START Records supplied

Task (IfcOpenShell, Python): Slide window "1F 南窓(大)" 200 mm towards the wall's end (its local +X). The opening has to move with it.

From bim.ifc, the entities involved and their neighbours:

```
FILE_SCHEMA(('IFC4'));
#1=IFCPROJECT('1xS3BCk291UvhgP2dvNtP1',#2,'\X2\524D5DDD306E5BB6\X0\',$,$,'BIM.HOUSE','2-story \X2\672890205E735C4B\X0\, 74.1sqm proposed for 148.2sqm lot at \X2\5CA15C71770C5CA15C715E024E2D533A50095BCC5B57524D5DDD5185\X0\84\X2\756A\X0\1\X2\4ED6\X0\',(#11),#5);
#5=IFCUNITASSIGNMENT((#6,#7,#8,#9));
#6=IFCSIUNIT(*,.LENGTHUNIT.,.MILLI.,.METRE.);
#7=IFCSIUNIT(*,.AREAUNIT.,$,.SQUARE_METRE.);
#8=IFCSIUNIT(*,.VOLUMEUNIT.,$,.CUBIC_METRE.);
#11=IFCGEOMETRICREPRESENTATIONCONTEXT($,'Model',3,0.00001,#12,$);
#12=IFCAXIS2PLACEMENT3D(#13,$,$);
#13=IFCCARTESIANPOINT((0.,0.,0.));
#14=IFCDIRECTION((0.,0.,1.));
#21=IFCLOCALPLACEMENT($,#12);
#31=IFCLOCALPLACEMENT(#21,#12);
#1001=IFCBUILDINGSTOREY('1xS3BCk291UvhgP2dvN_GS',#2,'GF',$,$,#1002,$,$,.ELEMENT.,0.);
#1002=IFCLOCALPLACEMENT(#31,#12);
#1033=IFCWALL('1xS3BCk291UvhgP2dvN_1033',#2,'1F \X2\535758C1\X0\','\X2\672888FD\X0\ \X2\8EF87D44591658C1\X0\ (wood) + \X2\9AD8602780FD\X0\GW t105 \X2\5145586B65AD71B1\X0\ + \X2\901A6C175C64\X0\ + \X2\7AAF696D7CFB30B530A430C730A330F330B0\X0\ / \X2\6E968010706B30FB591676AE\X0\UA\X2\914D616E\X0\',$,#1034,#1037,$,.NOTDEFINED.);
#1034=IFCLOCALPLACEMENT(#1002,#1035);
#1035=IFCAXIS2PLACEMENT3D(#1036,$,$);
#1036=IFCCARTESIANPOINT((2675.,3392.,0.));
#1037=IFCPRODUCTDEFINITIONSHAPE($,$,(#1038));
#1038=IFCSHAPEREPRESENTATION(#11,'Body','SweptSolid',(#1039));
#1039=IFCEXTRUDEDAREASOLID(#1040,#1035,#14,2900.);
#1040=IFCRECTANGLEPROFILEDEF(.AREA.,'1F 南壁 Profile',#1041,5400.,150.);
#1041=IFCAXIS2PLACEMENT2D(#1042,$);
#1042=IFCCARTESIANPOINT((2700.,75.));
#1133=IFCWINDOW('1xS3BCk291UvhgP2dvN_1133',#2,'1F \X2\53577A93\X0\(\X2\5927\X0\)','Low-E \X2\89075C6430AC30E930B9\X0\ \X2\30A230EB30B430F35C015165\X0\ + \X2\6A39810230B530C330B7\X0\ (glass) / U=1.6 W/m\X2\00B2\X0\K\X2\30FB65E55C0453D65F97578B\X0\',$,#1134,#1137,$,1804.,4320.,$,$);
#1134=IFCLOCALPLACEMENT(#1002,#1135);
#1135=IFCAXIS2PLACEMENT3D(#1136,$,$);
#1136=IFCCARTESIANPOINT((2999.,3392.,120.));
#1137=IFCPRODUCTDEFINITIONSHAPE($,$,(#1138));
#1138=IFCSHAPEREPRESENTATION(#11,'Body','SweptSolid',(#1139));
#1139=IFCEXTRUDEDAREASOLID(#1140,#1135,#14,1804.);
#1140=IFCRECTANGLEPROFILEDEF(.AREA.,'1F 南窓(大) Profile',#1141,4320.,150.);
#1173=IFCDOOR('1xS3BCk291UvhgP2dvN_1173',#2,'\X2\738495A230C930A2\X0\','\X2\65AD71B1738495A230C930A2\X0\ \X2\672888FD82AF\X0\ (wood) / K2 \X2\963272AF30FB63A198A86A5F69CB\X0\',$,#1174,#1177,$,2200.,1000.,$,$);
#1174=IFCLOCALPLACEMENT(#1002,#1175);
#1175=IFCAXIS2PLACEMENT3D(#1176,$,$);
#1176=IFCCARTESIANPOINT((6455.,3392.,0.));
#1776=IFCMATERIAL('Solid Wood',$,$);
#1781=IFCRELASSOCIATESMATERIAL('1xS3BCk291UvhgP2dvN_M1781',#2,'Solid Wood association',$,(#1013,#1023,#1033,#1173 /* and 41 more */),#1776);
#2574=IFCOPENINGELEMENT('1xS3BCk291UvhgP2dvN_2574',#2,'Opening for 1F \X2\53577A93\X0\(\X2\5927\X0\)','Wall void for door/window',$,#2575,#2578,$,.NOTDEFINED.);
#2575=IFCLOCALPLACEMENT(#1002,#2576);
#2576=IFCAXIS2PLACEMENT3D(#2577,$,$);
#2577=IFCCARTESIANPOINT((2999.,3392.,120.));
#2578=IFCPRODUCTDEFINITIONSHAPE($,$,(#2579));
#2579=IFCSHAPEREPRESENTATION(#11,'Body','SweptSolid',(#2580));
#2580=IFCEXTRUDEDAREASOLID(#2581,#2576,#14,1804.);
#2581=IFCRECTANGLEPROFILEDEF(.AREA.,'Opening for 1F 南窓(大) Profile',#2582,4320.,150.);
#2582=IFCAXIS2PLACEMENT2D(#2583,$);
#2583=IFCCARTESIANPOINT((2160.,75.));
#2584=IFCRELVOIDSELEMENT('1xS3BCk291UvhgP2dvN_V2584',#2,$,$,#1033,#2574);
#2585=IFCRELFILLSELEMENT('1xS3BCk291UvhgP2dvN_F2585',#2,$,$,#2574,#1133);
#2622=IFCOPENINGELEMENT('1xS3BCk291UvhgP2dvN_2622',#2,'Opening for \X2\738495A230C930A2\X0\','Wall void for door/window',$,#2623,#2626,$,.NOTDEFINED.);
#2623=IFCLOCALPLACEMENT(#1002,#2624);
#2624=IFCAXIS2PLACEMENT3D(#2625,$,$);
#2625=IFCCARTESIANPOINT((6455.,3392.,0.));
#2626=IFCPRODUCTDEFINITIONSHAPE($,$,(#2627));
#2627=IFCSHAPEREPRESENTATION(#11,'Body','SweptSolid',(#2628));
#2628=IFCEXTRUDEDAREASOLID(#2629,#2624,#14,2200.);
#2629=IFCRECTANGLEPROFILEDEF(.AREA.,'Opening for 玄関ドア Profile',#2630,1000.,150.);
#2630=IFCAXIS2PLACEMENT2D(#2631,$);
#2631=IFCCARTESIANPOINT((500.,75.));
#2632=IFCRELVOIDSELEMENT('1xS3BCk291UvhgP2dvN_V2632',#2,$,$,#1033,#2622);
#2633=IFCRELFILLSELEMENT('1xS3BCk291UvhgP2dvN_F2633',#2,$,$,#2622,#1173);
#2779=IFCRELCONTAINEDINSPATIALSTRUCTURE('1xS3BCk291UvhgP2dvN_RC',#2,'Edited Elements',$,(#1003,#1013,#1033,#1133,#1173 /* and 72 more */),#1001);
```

```python
import ifcopenshell
import ifcopenshell.api.geometry
import ifcopenshell.util.placement

model = ifcopenshell.open("bim.ifc")

window = model.by_guid("1xS3BCk291UvhgP2dvN_1133")
opening = window.FillsVoids[0].RelatingOpeningElement
wall = opening.VoidsElements[0].RelatingBuildingElement

wall_matrix = ifcopenshell.util.placement.get_local_placement(wall.ObjectPlacement)
shift = wall_matrix[:3, 0] * 200.0
before = ifcopenshell.util.placement.get_local_placement(window.ObjectPlacement)[:3, 3].copy()

# The window is not placed relative to its opening, so move both.
for product in (opening, window):
    matrix = ifcopenshell.util.placement.get_local_placement(product.ObjectPlacement)
    matrix[:3, 3] += shift
    ifcopenshell.api.geometry.edit_object_placement(model, product=product, matrix=matrix, is_si=False)

after = ifcopenshell.util.placement.get_local_placement(window.ObjectPlacement)[:3, 3]
print("window moved by", (after - before).round(3) + 0.0)

model.write("bim_rev.ifc")
```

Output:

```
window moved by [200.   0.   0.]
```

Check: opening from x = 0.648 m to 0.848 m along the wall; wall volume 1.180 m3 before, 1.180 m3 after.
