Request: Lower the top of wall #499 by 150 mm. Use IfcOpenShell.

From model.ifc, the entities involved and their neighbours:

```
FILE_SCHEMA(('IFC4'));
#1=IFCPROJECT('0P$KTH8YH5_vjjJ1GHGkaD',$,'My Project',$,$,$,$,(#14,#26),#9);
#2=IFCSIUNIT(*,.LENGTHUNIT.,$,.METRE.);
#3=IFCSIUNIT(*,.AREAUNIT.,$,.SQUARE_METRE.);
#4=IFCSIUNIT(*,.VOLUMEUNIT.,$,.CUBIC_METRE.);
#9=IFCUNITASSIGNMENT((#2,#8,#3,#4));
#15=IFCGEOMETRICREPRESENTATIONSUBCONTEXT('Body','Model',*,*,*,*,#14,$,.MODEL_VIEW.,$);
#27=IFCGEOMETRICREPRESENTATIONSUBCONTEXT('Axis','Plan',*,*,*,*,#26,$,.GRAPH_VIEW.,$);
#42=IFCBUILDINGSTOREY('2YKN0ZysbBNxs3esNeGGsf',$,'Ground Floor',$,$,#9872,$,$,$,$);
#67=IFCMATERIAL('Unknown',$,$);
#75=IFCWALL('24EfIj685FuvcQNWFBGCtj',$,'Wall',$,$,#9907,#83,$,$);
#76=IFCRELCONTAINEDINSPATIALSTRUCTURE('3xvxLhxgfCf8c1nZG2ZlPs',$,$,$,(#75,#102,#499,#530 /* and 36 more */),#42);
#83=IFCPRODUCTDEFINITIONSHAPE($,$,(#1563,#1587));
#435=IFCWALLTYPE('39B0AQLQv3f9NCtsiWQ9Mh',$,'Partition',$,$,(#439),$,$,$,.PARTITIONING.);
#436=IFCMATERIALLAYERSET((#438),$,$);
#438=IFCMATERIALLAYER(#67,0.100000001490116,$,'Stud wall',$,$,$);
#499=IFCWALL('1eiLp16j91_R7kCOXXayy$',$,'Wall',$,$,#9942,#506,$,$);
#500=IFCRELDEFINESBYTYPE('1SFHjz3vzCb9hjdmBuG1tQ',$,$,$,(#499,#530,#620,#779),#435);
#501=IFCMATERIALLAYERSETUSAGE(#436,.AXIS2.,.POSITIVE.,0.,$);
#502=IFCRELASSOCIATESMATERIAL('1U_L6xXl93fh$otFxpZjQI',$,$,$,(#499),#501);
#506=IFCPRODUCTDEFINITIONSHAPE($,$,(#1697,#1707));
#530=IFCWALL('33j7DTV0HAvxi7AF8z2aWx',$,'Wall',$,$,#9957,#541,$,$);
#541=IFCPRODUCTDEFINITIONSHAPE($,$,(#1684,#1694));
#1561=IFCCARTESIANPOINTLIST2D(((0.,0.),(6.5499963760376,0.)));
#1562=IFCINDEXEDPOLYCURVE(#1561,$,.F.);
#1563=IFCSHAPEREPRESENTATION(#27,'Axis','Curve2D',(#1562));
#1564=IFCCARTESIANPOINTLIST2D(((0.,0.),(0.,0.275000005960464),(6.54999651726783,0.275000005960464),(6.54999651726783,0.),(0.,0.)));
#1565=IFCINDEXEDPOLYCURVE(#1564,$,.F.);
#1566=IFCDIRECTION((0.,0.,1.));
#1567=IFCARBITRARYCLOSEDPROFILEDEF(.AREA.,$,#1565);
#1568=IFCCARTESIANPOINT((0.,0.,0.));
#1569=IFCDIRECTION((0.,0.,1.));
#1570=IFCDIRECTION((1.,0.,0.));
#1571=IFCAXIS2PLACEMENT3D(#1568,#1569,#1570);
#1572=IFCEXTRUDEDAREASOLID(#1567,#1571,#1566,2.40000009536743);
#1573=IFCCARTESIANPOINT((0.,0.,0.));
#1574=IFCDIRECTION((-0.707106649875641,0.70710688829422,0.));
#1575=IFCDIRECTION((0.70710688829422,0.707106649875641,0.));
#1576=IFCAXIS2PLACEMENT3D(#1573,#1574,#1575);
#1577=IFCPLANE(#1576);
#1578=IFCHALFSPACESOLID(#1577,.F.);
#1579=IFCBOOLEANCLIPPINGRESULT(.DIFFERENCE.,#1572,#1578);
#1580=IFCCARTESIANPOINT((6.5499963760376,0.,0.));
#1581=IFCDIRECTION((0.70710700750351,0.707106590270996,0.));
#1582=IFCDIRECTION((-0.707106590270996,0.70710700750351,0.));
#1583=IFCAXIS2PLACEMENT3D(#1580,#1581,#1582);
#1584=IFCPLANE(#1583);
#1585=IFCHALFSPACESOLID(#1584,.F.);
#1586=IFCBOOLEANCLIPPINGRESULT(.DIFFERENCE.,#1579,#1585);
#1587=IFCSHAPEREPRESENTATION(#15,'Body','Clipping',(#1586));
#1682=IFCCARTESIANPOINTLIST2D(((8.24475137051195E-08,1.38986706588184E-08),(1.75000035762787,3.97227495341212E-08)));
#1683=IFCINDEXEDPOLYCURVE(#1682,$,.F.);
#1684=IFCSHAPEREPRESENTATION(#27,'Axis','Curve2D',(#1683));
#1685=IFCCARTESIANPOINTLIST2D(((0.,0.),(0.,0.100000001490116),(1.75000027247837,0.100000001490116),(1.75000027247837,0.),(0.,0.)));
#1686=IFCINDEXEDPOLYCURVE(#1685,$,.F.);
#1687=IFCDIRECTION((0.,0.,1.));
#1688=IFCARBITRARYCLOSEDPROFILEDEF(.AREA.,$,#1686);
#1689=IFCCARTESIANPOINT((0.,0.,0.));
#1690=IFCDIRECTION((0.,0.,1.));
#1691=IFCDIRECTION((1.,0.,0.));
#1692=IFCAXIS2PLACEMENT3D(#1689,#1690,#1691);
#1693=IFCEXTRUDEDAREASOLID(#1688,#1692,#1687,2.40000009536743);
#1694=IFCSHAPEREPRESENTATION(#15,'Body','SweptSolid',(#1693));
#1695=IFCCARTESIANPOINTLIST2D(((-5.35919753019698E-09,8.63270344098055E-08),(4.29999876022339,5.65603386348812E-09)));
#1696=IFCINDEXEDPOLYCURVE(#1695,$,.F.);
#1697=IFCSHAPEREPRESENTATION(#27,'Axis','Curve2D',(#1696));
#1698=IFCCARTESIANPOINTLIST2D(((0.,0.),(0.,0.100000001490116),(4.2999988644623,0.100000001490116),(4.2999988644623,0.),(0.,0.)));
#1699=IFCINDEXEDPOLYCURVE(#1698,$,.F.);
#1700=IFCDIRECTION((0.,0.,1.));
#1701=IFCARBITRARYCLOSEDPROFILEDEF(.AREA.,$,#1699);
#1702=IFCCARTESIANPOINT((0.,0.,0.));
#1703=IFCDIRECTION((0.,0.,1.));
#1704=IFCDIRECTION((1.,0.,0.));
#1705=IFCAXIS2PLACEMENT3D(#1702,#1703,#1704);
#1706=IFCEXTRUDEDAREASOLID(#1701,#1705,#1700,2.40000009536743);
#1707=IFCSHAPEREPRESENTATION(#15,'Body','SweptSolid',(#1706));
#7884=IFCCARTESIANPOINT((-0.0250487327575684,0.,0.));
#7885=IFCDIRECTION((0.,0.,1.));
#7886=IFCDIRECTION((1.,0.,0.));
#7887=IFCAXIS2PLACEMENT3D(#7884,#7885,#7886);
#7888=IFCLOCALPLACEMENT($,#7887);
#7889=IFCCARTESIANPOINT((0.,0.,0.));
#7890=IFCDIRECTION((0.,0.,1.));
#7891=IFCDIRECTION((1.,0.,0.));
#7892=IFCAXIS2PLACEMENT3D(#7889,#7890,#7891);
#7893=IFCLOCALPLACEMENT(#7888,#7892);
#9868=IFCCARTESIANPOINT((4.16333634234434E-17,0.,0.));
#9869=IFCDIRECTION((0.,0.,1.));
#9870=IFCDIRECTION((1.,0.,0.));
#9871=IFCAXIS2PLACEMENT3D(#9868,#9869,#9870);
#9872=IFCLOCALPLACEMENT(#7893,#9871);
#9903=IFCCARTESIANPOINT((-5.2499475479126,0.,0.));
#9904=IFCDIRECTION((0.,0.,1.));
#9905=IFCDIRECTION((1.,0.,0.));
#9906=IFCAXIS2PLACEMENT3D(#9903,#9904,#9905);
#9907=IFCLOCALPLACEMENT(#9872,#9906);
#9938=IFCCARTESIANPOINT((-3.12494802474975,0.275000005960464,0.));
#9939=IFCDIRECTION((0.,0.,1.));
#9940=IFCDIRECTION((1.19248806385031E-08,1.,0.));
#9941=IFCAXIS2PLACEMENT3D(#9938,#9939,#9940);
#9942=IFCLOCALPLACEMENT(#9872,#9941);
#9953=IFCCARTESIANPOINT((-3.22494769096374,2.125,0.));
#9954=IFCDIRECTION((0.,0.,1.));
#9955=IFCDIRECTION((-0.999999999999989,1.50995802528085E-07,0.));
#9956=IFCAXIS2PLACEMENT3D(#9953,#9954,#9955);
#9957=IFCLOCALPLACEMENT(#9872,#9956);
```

```python
import ifcopenshell
import ifcopenshell.geom
import ifcopenshell.util.representation
import ifcopenshell.util.shape
import ifcopenshell.util.unit

model = ifcopenshell.open("model.ifc")
unit_scale = ifcopenshell.util.unit.calculate_unit_scale(model)
settings = ifcopenshell.geom.settings()


def volume(element):
    """Net volume in cubic metres, openings subtracted."""
    shape = ifcopenshell.geom.create_shape(settings, element)
    return ifcopenshell.util.shape.get_volume(shape.geometry)


wall = model.by_id(499)
before = volume(wall)

body = ifcopenshell.util.representation.get_representation(wall, "Model", "Body")
solid = body.Items[0]
old_height = solid.Depth
solid.Depth -= 0.15 / unit_scale
after = volume(wall)

print(f"height {old_height:g} -> {solid.Depth:g}, volume {before:.3f} -> {after:.3f} m3")

model.write("model_updated.ifc")
```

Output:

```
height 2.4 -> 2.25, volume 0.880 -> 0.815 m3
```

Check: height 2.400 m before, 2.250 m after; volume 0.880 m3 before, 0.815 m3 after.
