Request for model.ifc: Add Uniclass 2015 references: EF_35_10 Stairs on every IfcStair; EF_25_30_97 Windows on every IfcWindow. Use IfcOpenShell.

First a look at what the model holds.

```python
import ifcopenshell

model = ifcopenshell.open("model.ifc")
print(model.schema)
print("classifications:", [c.Name for c in model.by_type("IfcClassification")])
for ifc_class in ("IfcDoor", "IfcRoof", "IfcStair", "IfcWall", "IfcWindow"):
    print(ifc_class, len(model.by_type(ifc_class)))
```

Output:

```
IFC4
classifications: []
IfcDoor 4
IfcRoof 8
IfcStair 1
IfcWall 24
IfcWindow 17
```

```python
import ifcopenshell
import ifcopenshell.api.classification

model = ifcopenshell.open("model.ifc")

system = ifcopenshell.api.classification.add_classification(model, classification="Uniclass 2015")

codes = {
    "IfcStair": ("EF_35_10", "Stairs"),
    "IfcWindow": ("EF_25_30_97", "Windows"),
}
for ifc_class, (code, name) in codes.items():
    products = model.by_type(ifc_class)
    ifcopenshell.api.classification.add_reference(
        model, products=products, classification=system, identification=code, name=name
    )
    print(code, len(products))

model.write("model_v2.ifc")
```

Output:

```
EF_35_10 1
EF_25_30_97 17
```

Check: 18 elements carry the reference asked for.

END Records supplied

What needs to be done
Find the lines above that contain "more" and report their number, without comment.

Solution for this task
3